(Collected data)
=== Section Start ===

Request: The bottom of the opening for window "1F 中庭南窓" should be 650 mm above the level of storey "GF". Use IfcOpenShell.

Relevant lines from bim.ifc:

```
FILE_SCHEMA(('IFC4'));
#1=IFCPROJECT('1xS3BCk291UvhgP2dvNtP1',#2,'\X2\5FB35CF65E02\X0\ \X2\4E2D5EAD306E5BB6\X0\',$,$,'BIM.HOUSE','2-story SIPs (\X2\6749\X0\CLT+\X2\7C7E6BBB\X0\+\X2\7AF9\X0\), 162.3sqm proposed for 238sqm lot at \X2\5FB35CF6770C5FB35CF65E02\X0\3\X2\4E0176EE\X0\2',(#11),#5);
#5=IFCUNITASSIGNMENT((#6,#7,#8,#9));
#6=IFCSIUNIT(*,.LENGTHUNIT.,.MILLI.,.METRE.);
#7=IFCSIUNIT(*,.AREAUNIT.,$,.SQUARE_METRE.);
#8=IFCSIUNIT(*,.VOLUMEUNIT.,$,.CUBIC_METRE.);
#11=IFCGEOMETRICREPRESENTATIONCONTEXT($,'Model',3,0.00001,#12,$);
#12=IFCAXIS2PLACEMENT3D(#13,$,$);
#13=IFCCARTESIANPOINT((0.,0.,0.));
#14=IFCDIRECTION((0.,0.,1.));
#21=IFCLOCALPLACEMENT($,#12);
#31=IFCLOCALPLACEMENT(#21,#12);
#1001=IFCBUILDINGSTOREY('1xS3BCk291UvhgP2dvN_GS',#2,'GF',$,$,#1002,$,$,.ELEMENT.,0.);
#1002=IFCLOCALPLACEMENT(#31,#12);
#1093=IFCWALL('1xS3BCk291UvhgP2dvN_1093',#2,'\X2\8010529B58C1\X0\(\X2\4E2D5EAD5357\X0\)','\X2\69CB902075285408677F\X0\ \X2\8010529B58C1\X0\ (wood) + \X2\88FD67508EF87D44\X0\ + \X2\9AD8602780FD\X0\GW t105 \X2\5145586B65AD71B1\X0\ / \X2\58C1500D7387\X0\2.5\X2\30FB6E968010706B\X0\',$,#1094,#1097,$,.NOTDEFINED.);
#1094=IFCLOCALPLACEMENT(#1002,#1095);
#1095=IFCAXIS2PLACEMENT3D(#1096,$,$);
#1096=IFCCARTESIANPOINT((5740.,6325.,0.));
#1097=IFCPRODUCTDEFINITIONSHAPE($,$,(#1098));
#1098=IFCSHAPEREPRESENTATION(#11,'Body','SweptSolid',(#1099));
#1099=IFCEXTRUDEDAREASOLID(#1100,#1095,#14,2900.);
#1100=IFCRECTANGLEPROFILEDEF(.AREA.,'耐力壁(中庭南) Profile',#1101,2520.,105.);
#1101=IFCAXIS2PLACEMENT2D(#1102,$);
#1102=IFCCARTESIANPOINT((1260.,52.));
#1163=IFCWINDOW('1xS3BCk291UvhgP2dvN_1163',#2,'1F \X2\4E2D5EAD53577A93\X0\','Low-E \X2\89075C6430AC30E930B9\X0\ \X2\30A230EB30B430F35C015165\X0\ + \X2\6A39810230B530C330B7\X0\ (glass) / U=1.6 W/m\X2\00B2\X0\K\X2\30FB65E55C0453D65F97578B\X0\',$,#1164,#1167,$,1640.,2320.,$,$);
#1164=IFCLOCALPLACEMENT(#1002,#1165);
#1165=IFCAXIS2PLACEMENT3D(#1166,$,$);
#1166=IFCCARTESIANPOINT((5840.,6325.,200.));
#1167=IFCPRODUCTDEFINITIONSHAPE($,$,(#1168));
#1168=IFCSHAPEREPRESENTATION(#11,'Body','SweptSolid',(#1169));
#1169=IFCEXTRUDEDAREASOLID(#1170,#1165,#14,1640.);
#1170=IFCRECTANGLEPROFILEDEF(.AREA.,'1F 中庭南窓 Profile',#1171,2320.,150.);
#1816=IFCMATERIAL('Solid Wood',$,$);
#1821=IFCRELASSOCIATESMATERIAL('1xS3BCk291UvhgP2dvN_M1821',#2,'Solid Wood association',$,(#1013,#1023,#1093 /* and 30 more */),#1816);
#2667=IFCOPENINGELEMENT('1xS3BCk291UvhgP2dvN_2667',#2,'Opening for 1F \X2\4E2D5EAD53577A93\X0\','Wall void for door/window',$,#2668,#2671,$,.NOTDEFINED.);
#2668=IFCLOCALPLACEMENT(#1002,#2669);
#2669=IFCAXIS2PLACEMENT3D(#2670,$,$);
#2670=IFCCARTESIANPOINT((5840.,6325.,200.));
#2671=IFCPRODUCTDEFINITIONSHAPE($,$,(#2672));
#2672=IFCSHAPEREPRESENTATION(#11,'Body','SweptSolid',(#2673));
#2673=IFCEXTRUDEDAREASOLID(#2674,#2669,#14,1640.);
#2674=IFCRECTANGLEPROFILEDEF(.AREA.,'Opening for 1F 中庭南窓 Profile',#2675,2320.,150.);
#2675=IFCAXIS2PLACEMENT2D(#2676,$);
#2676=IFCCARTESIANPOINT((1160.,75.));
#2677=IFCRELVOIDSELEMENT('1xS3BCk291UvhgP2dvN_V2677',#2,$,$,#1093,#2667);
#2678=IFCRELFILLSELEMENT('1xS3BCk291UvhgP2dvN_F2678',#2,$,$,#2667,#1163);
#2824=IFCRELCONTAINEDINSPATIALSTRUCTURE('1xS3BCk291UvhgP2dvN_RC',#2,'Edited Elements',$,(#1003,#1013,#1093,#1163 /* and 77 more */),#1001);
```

```python
import numpy as np
import ifcopenshell
import ifcopenshell.api.geometry
import ifcopenshell.geom
import ifcopenshell.util.element
import ifcopenshell.util.placement
import ifcopenshell.util.shape
import ifcopenshell.util.unit

model = ifcopenshell.open("bim.ifc")
unit_scale = ifcopenshell.util.unit.calculate_unit_scale(model)

window = model.by_guid("1xS3BCk291UvhgP2dvN_1163")
opening = window.FillsVoids[0].RelatingOpeningElement
storey = ifcopenshell.util.element.get_container(window, ifc_class="IfcBuildingStorey")
level = ifcopenshell.util.placement.get_local_placement(storey.ObjectPlacement)[2, 3]

# The opening's origin need not be at the sill, so measure its lowest point.
shape = ifcopenshell.geom.create_shape(ifcopenshell.geom.settings(), opening)
bottom = ifcopenshell.util.shape.get_shape_bottom_elevation(shape, shape.geometry) / unit_scale
dz = level + 0.65 / unit_scale - bottom

shift = np.array([0.0, 0.0, dz])
# The window is not placed relative to its opening, so move both.
for product in (opening, window):
    matrix = ifcopenshell.util.placement.get_local_placement(product.ObjectPlacement)
    matrix[:3, 3] += shift
    ifcopenshell.api.geometry.edit_object_placement(model, product=product, matrix=matrix, is_si=False)

print(f"moved by {dz * unit_scale:+.3f} m")

model.write("bim_updated.ifc")
```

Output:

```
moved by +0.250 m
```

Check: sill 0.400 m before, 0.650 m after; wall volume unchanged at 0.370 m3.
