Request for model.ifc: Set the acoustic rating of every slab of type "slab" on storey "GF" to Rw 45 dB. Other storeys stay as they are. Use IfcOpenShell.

First a look at what the model holds.

```python
import ifcopenshell
import ifcopenshell.util.element

model = ifcopenshell.open("model.ifc")
print(model.schema)
storey = next(s for s in model.by_type("IfcBuildingStorey") if s.Name == "GF")
slabs = [e for e in ifcopenshell.util.element.get_decomposition(storey) if e.is_a("IfcSlab")]
seen = {}
for e in slabs:
    element_type = ifcopenshell.util.element.get_type(e)
    key = (element_type.Name if element_type != e and element_type else None, ifcopenshell.util.element.get_pset(e, "Pset_SlabCommon", "AcousticRating"))
    seen[key] = seen.get(key, 0) + 1
for (name, value), count in sorted(seen.items(), key=str):
    print(count, "x", name, "|", value)
```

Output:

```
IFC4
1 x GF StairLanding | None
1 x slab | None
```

```python
import ifcopenshell
import ifcopenshell.api.pset
import ifcopenshell.util.element

model = ifcopenshell.open("model.ifc")

storey = next(s for s in model.by_type("IfcBuildingStorey") if s.Name == "GF")
slabs = [e for e in ifcopenshell.util.element.get_decomposition(storey) if e.is_a("IfcSlab")]

count = 0
for e in slabs:
    element_type = ifcopenshell.util.element.get_type(e)
    if element_type in (None, e) or element_type.Name != "slab":
        continue
    # add_pset returns the element's existing set when there is one.
    pset = ifcopenshell.api.pset.add_pset(model, product=e, name="Pset_SlabCommon")
    ifcopenshell.api.pset.edit_pset(model, pset=pset, properties={"AcousticRating": "Rw 45 dB"})
    count += 1

print(count, "slabs updated")

model.write("model_edited.ifc")
```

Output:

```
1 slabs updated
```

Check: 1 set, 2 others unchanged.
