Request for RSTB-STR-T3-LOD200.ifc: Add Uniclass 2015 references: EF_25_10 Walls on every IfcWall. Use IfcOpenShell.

First a look at what the model holds.

```python
import ifcopenshell

model = ifcopenshell.open("RSTB-STR-T3-LOD200.ifc")
print(model.schema)
print("classifications:", [c.Name for c in model.by_type("IfcClassification")])
for ifc_class in ("IfcDoor", "IfcRoof", "IfcStair", "IfcWall", "IfcWindow"):
    print(ifc_class, len(model.by_type(ifc_class)))
```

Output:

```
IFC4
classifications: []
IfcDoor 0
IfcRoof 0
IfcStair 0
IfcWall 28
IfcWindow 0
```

```python
import ifcopenshell
import ifcopenshell.api.classification

model = ifcopenshell.open("RSTB-STR-T3-LOD200.ifc")

system = ifcopenshell.api.classification.add_classification(model, classification="Uniclass 2015")

codes = {
    "IfcWall": ("EF_25_10", "Walls"),
}
for ifc_class, (code, name) in codes.items():
    products = model.by_type(ifc_class)
    ifcopenshell.api.classification.add_reference(
        model, products=products, classification=system, identification=code, name=name
    )
    print(code, len(products))

model.write("RSTB-STR-T3-LOD200_edited.ifc")
```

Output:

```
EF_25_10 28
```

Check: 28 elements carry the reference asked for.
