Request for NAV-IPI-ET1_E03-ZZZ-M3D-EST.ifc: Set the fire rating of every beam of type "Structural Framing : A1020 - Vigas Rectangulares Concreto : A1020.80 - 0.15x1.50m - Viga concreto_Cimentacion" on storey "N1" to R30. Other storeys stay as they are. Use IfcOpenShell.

First a look at what the model holds.

```python
import ifcopenshell
import ifcopenshell.util.element

model = ifcopenshell.open("NAV-IPI-ET1_E03-ZZZ-M3D-EST.ifc")
print(model.schema)
storey = next(s for s in model.by_type("IfcBuildingStorey") if s.Name == "N1")
beams = [e for e in ifcopenshell.util.element.get_decomposition(storey) if e.is_a("IfcBeam")]
seen = {}
for e in beams:
    element_type = ifcopenshell.util.element.get_type(e)
    key = (element_type.Name if element_type != e and element_type else None, ifcopenshell.util.element.get_pset(e, "Pset_BeamCommon", "FireRating"))
    seen[key] = seen.get(key, 0) + 1
for (name, value), count in sorted(seen.items(), key=str):
    print(count, "x", name, "|", value)
```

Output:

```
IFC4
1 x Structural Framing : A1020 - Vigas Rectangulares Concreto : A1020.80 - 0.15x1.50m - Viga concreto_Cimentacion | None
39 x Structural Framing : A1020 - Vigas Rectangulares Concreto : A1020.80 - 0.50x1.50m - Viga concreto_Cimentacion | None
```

```python
import ifcopenshell
import ifcopenshell.api.pset
import ifcopenshell.util.element

model = ifcopenshell.open("NAV-IPI-ET1_E03-ZZZ-M3D-EST.ifc")

storey = next(s for s in model.by_type("IfcBuildingStorey") if s.Name == "N1")
beams = [e for e in ifcopenshell.util.element.get_decomposition(storey) if e.is_a("IfcBeam")]

count = 0
for e in beams:
    element_type = ifcopenshell.util.element.get_type(e)
    if element_type in (None, e) or element_type.Name != "Structural Framing : A1020 - Vigas Rectangulares Concreto : A1020.80 - 0.15x1.50m - Viga concreto_Cimentacion":
        continue
    # add_pset returns the element's existing set when there is one.
    pset = ifcopenshell.api.pset.add_pset(model, product=e, name="Pset_BeamCommon")
    ifcopenshell.api.pset.edit_pset(model, pset=pset, properties={"FireRating": "R30"})
    count += 1

print(count, "beams updated")

model.write("NAV-IPI-ET1_E03-ZZZ-M3D-EST_updated.ifc")
```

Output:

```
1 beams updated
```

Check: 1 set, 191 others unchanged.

=== Section End ===

- **What to produce**
Give the number of lines in the entries that include the string "IFCPRODUCTDEFINITIONSHAPE", and nothing more.

- **Finished exercise**
3